Ethics and Organizational Stakeholders
Ethics guide managers in their decisions about what to do in various situations. Ethics also help managers decide how best to respond to the interests of various organizational stakeholders.
Philosophers have debated for centuries about the specific criteria that should be used to determine whether decisions are ethical or unethical. The three models that have been suggested by them are the utilitarian, moral rights, and justice models. (Refer to Table 2.2)
Sources of Organizational Ethics
The three principal sources of ethical values that influence organizational ethics are societal, group or professional, and individual. These three sources of ethics collectively influence the ethics that develop inside an organization, or organizational ethics, which may be defined as the rules or standards used by an organization and its members in their dealings with other stakeholders groups. Each organization has a set of ethics; some of these are unique to an organization and are an important aspect of its culture.
Societal ethics are codified in a society’s legal system, in its customs and practices, and in the unwritten norms and values that people use to interact with each other.
Professional ethics are the moral rules and values that a group of people use to control the way they perform a task or use resources.

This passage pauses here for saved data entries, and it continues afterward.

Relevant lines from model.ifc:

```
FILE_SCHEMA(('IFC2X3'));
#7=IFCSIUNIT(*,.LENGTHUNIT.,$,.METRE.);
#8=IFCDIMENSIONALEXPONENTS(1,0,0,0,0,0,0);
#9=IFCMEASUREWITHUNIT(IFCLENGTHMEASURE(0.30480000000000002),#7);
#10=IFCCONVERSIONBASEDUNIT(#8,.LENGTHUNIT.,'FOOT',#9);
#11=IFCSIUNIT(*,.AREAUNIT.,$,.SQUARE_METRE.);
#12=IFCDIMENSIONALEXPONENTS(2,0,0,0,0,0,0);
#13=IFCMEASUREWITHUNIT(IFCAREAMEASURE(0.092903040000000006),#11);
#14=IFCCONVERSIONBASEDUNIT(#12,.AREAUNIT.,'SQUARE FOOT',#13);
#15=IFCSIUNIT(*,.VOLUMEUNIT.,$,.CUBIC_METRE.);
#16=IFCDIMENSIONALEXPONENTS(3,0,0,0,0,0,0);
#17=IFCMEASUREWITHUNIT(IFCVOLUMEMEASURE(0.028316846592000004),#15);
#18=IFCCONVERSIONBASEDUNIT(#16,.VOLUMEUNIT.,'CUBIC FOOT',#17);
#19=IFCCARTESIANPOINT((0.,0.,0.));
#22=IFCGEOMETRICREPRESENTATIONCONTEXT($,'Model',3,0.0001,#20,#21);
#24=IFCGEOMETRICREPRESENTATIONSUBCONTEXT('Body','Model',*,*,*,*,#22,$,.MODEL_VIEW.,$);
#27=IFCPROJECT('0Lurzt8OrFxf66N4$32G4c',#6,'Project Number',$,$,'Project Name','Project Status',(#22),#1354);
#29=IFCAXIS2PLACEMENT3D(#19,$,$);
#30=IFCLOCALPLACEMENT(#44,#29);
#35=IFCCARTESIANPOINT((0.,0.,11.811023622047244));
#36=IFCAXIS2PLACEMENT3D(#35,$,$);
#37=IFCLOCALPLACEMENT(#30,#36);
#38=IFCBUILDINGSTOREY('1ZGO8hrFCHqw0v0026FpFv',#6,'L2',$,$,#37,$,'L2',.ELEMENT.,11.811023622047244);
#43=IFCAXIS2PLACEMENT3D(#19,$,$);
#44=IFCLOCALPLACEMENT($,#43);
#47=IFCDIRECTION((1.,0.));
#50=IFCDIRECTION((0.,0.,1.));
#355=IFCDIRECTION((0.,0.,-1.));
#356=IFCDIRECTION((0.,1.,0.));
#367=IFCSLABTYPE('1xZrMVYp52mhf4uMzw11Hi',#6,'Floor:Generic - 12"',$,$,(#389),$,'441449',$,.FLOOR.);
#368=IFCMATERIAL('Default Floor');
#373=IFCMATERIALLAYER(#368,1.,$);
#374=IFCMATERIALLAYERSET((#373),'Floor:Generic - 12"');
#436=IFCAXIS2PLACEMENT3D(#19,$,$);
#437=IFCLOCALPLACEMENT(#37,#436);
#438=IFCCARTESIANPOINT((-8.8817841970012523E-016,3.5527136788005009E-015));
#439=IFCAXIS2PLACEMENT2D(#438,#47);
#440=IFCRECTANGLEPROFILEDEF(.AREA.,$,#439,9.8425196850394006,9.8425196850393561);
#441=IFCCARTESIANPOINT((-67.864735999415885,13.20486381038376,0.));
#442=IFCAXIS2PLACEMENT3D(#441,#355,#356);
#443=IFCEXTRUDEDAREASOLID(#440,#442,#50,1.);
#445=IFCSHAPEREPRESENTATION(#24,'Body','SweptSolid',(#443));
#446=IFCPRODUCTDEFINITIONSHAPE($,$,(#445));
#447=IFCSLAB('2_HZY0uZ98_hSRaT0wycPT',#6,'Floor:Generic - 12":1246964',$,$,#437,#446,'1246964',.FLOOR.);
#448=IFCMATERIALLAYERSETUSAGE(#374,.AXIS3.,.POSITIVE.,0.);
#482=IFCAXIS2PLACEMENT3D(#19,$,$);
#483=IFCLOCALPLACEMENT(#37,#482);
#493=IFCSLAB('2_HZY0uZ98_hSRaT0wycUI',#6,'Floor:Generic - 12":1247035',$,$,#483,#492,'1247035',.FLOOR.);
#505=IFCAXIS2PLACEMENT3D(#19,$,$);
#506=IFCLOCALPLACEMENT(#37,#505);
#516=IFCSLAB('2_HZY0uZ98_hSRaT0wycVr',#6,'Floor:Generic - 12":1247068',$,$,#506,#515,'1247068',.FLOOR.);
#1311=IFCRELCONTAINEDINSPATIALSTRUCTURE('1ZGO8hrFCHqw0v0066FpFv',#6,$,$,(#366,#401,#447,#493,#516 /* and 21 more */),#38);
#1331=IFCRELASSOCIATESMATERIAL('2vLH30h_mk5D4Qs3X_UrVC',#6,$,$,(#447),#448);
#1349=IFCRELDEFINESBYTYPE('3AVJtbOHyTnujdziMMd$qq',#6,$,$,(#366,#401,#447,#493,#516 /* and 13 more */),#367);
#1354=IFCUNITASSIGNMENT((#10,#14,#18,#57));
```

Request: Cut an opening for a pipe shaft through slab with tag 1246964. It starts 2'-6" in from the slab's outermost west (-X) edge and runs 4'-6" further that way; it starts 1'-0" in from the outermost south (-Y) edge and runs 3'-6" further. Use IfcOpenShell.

```python
import numpy as np
import ifcopenshell
import ifcopenshell.api.feature
import ifcopenshell.api.geometry
import ifcopenshell.api.root
import ifcopenshell.geom
import ifcopenshell.util.placement
import ifcopenshell.util.representation
import ifcopenshell.util.shape
import ifcopenshell.util.unit

model = ifcopenshell.open("model.ifc")
unit_scale = ifcopenshell.util.unit.calculate_unit_scale(model)
settings = ifcopenshell.geom.settings()


def volume(element):
    """Net volume in cubic metres, openings subtracted."""
    shape = ifcopenshell.geom.create_shape(settings, element)
    return ifcopenshell.util.shape.get_volume(shape.geometry)


slab = model.by_guid("2_HZY0uZ98_hSRaT0wycPT")
before = volume(slab)

# Extent in the slab's own axes, in metres. The edges named are its -X and -Y sides.
slab_shape = ifcopenshell.geom.create_shape(settings, slab)
vertices = ifcopenshell.util.shape.get_vertices(slab_shape.geometry)
x_min, y_min, bottom = vertices.min(axis=0)
top = vertices[:, 2].max()

opening = ifcopenshell.api.root.create_entity(model, ifc_class="IfcOpeningElement", name="Pipe shaft opening")
context = ifcopenshell.util.representation.get_context(model, "Model", "Body", "MODEL_VIEW")
width, depth = 1.3716, 1.0668
outline = [(0.0, 0.0), (width, 0.0), (width, depth), (0.0, depth), (0.0, 0.0)]
# Overshoot both faces by 50 mm so the cut is clean.
shape = ifcopenshell.api.geometry.add_slab_representation(
    model, context=context, depth=top - bottom + 0.1, polyline=outline
)
ifcopenshell.api.geometry.assign_representation(model, product=opening, representation=shape)

matrix = ifcopenshell.util.placement.get_local_placement(slab.ObjectPlacement)
matrix[:, 3] = matrix @ np.append(np.array([x_min + 0.762, y_min + 0.3048, bottom - 0.05]) / unit_scale, 1.0)
ifcopenshell.api.geometry.edit_object_placement(model, product=opening, matrix=matrix, is_si=False)
ifcopenshell.api.feature.add_feature(model, feature=opening, element=slab)

after = volume(slab)

print(f"slab volume {before:.3f} -> {after:.3f} m3")

model.write("model_updated.ifc")
```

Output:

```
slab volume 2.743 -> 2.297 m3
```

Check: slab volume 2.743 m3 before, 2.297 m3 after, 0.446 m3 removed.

Usually people internalize the rules and values of their profession, just as they do those of society, and they follow these principles automatically in deciding how to behave.

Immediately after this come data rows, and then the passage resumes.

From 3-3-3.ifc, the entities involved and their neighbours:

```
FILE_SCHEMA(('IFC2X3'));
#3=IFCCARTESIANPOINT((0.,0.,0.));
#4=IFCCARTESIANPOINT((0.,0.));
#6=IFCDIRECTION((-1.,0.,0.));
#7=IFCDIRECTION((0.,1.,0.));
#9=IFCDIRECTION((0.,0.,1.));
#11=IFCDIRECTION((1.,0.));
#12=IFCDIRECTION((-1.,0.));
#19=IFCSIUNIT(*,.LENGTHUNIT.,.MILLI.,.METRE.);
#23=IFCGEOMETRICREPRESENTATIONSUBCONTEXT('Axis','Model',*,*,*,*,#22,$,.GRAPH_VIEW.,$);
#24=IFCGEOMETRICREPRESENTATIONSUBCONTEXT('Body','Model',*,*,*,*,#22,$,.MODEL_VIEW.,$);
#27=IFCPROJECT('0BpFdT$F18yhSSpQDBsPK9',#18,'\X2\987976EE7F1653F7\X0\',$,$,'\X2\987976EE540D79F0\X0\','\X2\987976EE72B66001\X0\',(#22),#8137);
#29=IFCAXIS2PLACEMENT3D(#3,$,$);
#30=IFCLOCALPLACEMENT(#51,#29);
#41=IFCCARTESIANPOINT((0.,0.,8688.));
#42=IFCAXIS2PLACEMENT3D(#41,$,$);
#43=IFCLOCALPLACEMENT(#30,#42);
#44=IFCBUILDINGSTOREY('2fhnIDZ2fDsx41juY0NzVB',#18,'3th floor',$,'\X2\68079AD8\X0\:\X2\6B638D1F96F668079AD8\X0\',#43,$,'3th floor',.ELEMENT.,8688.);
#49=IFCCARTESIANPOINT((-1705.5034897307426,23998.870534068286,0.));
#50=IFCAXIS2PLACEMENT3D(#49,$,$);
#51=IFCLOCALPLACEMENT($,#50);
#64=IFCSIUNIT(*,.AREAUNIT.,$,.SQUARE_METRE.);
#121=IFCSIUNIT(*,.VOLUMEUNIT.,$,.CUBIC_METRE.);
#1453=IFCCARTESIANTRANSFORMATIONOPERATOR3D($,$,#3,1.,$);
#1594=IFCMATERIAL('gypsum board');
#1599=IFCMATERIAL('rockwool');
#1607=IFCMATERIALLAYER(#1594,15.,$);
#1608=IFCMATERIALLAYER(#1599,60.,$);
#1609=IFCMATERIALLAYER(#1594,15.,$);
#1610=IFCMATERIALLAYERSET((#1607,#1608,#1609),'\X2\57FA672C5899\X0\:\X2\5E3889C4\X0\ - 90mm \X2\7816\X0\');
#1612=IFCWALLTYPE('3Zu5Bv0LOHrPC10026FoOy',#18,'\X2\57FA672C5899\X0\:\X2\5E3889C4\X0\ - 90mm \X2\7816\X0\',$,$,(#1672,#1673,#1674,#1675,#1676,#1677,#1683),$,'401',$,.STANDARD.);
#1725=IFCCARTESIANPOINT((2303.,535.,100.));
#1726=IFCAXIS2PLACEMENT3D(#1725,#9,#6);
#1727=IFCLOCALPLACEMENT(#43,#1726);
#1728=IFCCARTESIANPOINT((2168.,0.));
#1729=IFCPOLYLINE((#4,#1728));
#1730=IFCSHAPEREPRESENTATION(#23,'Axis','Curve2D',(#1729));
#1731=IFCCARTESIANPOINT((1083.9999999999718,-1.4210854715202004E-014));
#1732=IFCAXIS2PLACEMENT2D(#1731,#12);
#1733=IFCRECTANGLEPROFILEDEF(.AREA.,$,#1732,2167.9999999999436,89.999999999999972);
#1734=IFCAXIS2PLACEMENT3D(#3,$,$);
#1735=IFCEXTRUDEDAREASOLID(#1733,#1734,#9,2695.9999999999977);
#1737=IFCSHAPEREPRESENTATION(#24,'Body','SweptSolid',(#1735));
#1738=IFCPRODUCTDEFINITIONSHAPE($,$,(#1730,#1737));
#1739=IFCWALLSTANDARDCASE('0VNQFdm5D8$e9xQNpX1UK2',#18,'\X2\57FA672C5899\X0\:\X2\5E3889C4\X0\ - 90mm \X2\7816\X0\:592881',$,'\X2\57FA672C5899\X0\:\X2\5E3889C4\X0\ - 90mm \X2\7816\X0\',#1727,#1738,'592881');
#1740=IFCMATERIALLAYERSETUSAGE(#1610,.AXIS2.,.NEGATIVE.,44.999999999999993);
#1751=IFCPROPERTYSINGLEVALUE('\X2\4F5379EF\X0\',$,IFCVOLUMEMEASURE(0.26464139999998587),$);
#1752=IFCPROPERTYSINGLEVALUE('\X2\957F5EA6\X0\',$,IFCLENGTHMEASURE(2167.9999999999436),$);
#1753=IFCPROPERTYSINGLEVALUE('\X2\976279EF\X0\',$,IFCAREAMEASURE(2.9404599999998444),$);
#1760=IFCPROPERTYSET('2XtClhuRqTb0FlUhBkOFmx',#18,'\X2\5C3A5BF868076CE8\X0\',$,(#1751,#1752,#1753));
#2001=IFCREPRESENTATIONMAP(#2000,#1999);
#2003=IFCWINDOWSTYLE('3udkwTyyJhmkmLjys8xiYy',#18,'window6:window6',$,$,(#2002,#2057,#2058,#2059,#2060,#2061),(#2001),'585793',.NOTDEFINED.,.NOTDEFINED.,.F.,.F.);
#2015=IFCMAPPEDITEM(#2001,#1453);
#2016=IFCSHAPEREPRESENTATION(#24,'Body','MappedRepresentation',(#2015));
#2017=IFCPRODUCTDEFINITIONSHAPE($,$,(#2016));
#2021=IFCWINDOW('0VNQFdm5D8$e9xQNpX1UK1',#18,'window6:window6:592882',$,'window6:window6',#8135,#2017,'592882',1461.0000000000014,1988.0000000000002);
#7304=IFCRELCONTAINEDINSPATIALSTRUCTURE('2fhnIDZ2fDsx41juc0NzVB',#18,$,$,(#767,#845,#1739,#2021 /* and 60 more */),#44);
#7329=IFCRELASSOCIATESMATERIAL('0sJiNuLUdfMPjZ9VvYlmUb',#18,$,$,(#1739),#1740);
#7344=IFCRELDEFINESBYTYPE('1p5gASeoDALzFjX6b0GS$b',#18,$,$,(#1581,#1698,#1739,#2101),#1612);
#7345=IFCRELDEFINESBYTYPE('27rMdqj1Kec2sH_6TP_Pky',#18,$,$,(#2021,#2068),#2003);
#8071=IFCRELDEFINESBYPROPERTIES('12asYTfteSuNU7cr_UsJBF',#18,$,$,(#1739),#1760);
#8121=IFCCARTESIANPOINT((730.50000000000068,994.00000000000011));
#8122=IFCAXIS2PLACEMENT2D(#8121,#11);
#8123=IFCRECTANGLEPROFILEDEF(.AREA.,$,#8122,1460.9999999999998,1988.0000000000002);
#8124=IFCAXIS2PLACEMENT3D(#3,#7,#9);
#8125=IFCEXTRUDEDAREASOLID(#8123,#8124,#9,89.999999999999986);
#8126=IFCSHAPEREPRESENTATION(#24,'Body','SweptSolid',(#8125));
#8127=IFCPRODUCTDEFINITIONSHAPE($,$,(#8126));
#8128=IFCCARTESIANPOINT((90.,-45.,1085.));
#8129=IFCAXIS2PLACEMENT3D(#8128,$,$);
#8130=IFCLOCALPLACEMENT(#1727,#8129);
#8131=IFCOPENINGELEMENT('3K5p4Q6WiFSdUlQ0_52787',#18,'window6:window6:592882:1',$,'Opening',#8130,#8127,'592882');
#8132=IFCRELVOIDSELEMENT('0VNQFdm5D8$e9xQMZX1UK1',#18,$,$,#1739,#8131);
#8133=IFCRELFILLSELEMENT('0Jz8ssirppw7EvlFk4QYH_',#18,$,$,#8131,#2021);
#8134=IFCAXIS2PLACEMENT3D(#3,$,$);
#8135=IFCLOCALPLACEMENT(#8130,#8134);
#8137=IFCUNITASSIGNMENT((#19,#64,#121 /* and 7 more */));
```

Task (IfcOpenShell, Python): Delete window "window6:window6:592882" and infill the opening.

```python
import ifcopenshell
import ifcopenshell.api.feature
import ifcopenshell.api.pset
import ifcopenshell.api.root
import ifcopenshell.geom
import ifcopenshell.util.element
import ifcopenshell.util.shape
import ifcopenshell.util.unit

model = ifcopenshell.open("3-3-3.ifc")
area_scale = ifcopenshell.util.unit.calculate_unit_scale(model, "AREAUNIT")
volume_scale = ifcopenshell.util.unit.calculate_unit_scale(model, "VOLUMEUNIT")
settings = ifcopenshell.geom.settings()


def volume(element):
    """Net volume in cubic metres, openings subtracted."""
    shape = ifcopenshell.geom.create_shape(settings, element)
    return ifcopenshell.util.shape.get_volume(shape.geometry)


window = model.by_guid("0VNQFdm5D8$e9xQNpX1UK1")
opening = window.FillsVoids[0].RelatingOpeningElement
wall = opening.VoidsElements[0].RelatingBuildingElement
before = volume(wall)

ifcopenshell.api.root.remove_product(model, product=window)
ifcopenshell.api.feature.remove_feature(model, feature=opening)

after = volume(wall)
thickness = 0.09  # wall thickness in metres

# Update the wall's stored quantities.
pset = model.by_id(ifcopenshell.util.element.get_pset(wall, "尺寸标注", should_inherit=False)["id"])
ifcopenshell.api.pset.edit_pset(model, pset=pset, properties={
    "体积": model.create_entity("IfcVolumeMeasure", after / volume_scale),
    "面积": model.create_entity("IfcAreaMeasure", after / thickness / area_scale),
})

print(f"wall volume {before:.3f} -> {after:.3f} m3")

model.write("3-3-3_rev.ifc")
```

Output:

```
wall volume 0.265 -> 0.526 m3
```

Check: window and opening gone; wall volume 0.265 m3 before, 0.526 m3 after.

Individual ethics are the personal and moral standards used by individuals to structure their interactions with other people. Personal ethics are also the result of a person’s upbringing and may stem from family, friends, religious membership, or other significant social institution. Personal ethics influence how a person acts in an organization.

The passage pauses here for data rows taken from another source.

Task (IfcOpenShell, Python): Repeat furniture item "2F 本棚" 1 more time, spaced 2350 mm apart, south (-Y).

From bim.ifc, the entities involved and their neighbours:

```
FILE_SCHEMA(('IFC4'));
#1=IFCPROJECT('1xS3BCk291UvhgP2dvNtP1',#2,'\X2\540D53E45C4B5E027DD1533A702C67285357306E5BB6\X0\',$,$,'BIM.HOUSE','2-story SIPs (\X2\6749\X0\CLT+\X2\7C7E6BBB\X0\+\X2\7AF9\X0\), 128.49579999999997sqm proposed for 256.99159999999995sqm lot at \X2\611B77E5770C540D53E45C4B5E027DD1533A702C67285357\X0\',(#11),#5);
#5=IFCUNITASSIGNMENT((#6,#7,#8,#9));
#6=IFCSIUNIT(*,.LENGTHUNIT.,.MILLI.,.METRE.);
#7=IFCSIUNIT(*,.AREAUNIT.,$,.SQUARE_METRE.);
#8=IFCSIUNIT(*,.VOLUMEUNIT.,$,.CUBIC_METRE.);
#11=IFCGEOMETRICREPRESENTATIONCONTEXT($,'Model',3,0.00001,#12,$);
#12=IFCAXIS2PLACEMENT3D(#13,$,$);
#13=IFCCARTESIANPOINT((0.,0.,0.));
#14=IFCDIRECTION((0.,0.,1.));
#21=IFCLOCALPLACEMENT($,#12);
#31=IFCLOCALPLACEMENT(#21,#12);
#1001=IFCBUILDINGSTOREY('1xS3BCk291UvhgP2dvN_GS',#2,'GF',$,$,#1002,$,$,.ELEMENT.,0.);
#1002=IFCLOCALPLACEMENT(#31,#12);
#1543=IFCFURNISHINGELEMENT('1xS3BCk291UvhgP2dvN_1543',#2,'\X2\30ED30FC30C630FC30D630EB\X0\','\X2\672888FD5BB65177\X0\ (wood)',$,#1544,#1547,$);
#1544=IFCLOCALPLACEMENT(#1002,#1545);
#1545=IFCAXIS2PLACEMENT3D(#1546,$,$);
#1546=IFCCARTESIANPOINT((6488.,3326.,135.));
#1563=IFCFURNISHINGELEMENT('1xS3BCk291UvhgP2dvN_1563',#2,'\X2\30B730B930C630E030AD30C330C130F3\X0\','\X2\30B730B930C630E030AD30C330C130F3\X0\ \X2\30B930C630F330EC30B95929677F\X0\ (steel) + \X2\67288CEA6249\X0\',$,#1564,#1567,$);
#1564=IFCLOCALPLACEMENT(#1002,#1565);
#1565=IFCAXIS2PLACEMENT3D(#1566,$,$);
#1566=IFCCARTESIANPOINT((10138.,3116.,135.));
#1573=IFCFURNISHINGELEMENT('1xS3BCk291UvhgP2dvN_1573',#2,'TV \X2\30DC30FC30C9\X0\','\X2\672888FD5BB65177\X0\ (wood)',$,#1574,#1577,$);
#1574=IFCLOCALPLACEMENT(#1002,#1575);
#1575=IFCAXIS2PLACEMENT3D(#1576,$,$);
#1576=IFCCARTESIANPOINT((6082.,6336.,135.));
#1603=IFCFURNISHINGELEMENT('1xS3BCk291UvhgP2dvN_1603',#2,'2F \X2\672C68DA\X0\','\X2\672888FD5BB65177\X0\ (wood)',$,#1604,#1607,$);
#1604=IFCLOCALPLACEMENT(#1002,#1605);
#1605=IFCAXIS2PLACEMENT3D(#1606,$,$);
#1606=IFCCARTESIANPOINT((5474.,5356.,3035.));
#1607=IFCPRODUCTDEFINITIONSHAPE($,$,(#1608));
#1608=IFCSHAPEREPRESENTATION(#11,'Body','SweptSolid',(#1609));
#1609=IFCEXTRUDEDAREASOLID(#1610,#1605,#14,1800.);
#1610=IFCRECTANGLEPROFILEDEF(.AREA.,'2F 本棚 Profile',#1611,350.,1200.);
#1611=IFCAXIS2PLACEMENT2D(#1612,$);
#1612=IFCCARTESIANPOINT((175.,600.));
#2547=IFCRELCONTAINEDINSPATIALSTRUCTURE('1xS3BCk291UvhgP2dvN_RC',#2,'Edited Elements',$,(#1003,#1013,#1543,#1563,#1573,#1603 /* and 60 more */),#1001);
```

```python
import numpy as np
import ifcopenshell
import ifcopenshell.api.geometry
import ifcopenshell.api.root
import ifcopenshell.util.element
import ifcopenshell.util.placement

model = ifcopenshell.open("bim.ifc")


def reuse_history(source, copy):
    """copy_class also copies each property set's owner history, people and application; keep the originals."""
    for rel in copy.IsDefinedBy:
        if rel.is_a("IfcRelDefinesByProperties") and (history := rel.RelatingPropertyDefinition.OwnerHistory):
            rel.RelatingPropertyDefinition.OwnerHistory = source.OwnerHistory
            ifcopenshell.util.element.remove_deep2(model, history)


source = model.by_id(1603)
base = ifcopenshell.util.placement.get_local_placement(source.ObjectPlacement)
step = np.array([0.0, -1.0, 0.0]) * 2350.0

for i in range(1, 2):
    copy = ifcopenshell.api.root.copy_class(model, product=source)
    copy.Representation = ifcopenshell.util.element.copy_deep(
        model, source.Representation, exclude=["IfcGeometricRepresentationContext", "IfcRepresentationMap"]
    )
    reuse_history(source, copy)
    matrix = base.copy()
    matrix[:3, 3] += i * step
    print("added at", matrix[:3, 3].round(3) + 0.0)
    ifcopenshell.api.geometry.edit_object_placement(model, product=copy, matrix=matrix, is_si=False)

model.write("bim_rev.ifc")
```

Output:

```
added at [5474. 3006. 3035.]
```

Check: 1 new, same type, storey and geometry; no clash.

Organizational Insight 2.3: Is it Right to Use Child Labor?
In recent years, the number of U.S. companies that buy their inputs from low-cost foreign suppliers has been growing, and concern about the ethics associated with employing young children in factories has been increasing. Many U.S. retailers who typically buy their clothing from low-cost foreign suppliers have policies that dictate their foreign suppliers not employ child labor; they also vow to sever ties with any foreign supplier found to be in violation of this standard. However, retailers differ widely in the way they choose to enforce this policy and in places like Guatemala, a very high proportion of the work is still done by children who work long hours and receive little pay.
Question: What is the Economist’s stance on the issue of child labor?
Answer: According to the Economist, though child labor is not desirable, citizens of the rich countries need to recognize that in poor countries children are often a family’s only breadwinners. Thus, denying children employment would cause whole families to suffer, and one wrong (child labor) might produce a greater wrong (poverty). Instead, the Economistfavors regulating the conditions under which children are employed.